BEGIN Data for this exercise
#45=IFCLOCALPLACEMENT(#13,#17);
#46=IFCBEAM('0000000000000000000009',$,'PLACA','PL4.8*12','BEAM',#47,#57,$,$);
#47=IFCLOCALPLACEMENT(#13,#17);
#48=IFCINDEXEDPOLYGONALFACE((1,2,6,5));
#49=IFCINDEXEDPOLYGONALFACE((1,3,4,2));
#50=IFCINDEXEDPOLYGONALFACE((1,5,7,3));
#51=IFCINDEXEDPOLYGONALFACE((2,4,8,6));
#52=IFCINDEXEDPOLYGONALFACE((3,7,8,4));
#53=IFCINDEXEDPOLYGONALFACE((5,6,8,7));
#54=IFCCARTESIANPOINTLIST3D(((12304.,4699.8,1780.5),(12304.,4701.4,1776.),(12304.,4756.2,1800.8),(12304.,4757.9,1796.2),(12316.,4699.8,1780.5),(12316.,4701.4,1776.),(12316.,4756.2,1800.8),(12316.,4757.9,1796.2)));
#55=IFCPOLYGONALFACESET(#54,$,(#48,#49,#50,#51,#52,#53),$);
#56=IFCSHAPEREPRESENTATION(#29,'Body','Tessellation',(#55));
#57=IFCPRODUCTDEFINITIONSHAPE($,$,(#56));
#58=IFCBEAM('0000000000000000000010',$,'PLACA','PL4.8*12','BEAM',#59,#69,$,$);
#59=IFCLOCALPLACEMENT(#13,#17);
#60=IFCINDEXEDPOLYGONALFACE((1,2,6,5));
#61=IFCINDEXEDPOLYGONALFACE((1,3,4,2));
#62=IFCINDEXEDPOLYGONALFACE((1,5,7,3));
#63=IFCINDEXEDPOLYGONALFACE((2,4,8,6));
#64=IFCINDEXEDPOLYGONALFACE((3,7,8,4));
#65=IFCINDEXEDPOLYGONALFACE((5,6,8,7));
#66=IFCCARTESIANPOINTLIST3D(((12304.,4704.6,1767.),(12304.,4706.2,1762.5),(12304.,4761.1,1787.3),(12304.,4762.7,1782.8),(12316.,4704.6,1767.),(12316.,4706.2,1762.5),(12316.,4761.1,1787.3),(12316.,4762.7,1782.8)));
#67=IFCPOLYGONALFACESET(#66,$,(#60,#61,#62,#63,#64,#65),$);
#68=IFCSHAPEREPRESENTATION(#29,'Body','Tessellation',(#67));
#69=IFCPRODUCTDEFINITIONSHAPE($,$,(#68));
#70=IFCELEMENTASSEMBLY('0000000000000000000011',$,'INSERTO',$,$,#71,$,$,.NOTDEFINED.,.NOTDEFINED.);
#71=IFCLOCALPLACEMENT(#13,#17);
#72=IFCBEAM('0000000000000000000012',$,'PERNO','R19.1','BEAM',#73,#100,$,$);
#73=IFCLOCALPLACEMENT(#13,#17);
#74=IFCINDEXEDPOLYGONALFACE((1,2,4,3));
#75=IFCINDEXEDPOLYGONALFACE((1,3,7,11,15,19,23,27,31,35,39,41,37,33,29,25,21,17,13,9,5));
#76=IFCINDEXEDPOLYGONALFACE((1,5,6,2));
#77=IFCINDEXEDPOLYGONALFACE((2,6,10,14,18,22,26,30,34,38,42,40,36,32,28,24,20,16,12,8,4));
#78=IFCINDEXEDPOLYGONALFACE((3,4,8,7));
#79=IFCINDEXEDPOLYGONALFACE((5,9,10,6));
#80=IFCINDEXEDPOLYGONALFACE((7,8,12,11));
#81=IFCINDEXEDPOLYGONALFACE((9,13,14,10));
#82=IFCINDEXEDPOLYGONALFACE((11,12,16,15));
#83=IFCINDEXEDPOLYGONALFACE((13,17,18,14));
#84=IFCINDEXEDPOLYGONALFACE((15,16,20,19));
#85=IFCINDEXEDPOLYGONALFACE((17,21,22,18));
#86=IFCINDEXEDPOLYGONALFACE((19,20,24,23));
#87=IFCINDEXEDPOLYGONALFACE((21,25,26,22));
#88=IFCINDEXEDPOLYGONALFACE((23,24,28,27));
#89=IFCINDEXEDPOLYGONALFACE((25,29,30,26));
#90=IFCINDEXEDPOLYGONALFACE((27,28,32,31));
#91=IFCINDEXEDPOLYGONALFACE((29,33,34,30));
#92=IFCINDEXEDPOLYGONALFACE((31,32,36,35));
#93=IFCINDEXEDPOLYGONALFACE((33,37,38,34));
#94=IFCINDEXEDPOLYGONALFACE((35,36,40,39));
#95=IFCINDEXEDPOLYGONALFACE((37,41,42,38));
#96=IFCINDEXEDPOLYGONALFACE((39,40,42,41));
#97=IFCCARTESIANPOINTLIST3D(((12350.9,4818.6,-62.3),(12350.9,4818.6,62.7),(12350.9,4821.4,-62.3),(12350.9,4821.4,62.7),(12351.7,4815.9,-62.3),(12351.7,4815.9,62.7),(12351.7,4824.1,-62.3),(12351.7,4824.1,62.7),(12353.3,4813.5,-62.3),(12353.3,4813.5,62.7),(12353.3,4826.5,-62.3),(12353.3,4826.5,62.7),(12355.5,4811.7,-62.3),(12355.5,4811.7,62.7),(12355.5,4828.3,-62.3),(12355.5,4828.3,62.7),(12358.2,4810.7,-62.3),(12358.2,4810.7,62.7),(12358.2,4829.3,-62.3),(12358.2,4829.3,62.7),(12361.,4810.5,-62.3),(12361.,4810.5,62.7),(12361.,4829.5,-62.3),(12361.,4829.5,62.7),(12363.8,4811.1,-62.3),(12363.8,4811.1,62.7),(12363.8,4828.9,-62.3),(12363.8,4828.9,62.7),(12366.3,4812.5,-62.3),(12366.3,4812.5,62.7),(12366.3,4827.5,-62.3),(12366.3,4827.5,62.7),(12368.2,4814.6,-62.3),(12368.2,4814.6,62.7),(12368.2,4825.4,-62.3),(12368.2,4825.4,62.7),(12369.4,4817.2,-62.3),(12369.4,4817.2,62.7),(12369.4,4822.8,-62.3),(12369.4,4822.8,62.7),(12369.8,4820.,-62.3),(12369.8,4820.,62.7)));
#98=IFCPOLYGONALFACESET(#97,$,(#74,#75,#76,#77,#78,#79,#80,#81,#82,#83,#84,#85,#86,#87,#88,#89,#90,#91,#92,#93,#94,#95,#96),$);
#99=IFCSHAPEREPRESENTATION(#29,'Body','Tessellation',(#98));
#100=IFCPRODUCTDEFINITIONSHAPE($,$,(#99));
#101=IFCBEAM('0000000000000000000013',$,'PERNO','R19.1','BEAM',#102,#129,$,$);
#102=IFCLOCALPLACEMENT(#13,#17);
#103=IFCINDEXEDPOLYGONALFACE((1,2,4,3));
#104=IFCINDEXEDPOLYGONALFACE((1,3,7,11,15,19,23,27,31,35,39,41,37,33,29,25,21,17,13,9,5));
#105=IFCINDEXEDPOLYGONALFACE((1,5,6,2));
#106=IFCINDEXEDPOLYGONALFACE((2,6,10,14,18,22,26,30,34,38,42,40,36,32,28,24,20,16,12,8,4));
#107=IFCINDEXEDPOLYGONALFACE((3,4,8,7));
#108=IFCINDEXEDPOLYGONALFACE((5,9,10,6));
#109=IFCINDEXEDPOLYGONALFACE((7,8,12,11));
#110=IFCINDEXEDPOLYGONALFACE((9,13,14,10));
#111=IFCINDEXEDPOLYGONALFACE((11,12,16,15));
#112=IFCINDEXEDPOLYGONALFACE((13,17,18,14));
END Data for this exercise
* **Exercise prompt**
When a line in the data contains the string "BEAM", copy that line.

* **Exercise output**
#46=IFCBEAM('0000000000000000000009',$,'PLACA','PL4.8*12','BEAM',#47,#57,$,$);
#58=IFCBEAM('0000000000000000000010',$,'PLACA','PL4.8*12','BEAM',#59,#69,$,$);
#72=IFCBEAM('0000000000000000000012',$,'PERNO','R19.1','BEAM',#73,#100,$,$);
#101=IFCBEAM('0000000000000000000013',$,'PERNO','R19.1','BEAM',#102,#129,$,$);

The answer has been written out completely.